▶ [PROBLEM REQUIREMENTS] Every record must appear in the response exactly as given.

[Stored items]
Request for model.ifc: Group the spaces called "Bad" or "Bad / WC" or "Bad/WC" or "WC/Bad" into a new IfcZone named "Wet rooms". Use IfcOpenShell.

First a look at what the model holds.

```python
import ifcopenshell

model = ifcopenshell.open("model.ifc")
print(model.schema)
seen = {}
for space in model.by_type("IfcSpace"):
    seen[space.LongName] = seen.get(space.LongName, 0) + 1
for name, count in sorted(seen.items(), key=str):
    print(count, "x", name)
print("zones:", [z.Name for z in model.by_type("IfcZone")][:20])
```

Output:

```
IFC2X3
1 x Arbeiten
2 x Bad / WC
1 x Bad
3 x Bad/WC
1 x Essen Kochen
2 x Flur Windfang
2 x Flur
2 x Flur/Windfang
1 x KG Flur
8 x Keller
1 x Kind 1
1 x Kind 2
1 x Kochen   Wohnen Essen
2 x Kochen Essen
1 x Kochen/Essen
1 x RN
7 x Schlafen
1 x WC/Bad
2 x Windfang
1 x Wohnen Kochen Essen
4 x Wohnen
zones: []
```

```python
import ifcopenshell
import ifcopenshell.api.group
import ifcopenshell.api.root

model = ifcopenshell.open("model.ifc")

names = {"Bad", "Bad / WC", "Bad/WC", "WC/Bad"}
spaces = [s for s in model.by_type("IfcSpace") if s.LongName in names]

zone = ifcopenshell.api.root.create_entity(model, ifc_class="IfcZone", name="Wet rooms")
ifcopenshell.api.group.assign_group(model, products=spaces, group=zone)
print(len(spaces), "spaces in", zone.Name)

model.write("model_v2.ifc")
```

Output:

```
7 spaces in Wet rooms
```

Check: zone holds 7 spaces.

▶ [RESULT BELOW]
Request for model.ifc: Group the spaces called "Bad" or "Bad / WC" or "Bad/WC" or "WC/Bad" into a new IfcZone named "Wet rooms". Use IfcOpenShell.

First a look at what the model holds.

```python
import ifcopenshell

model = ifcopenshell.open("model.ifc")
print(model.schema)
seen = {}
for space in model.by_type("IfcSpace"):
    seen[space.LongName] = seen.get(space.LongName, 0) + 1
for name, count in sorted(seen.items(), key=str):
    print(count, "x", name)
print("zones:", [z.Name for z in model.by_type("IfcZone")][:20])
```

Output:

```
IFC2X3
1 x Arbeiten
2 x Bad / WC
1 x Bad
3 x Bad/WC
1 x Essen Kochen
2 x Flur Windfang
2 x Flur
2 x Flur/Windfang
1 x KG Flur
8 x Keller
1 x Kind 1
1 x Kind 2
1 x Kochen   Wohnen Essen
2 x Kochen Essen
1 x Kochen/Essen
1 x RN
7 x Schlafen
1 x WC/Bad
2 x Windfang
1 x Wohnen Kochen Essen
4 x Wohnen
zones: []
```

```python
import ifcopenshell
import ifcopenshell.api.group
import ifcopenshell.api.root

model = ifcopenshell.open("model.ifc")

names = {"Bad", "Bad / WC", "Bad/WC", "WC/Bad"}
spaces = [s for s in model.by_type("IfcSpace") if s.LongName in names]

zone = ifcopenshell.api.root.create_entity(model, ifc_class="IfcZone", name="Wet rooms")
ifcopenshell.api.group.assign_group(model, products=spaces, group=zone)
print(len(spaces), "spaces in", zone.Name)

model.write("model_v2.ifc")
```

Output:

```
7 spaces in Wet rooms
```

Check: zone holds 7 spaces.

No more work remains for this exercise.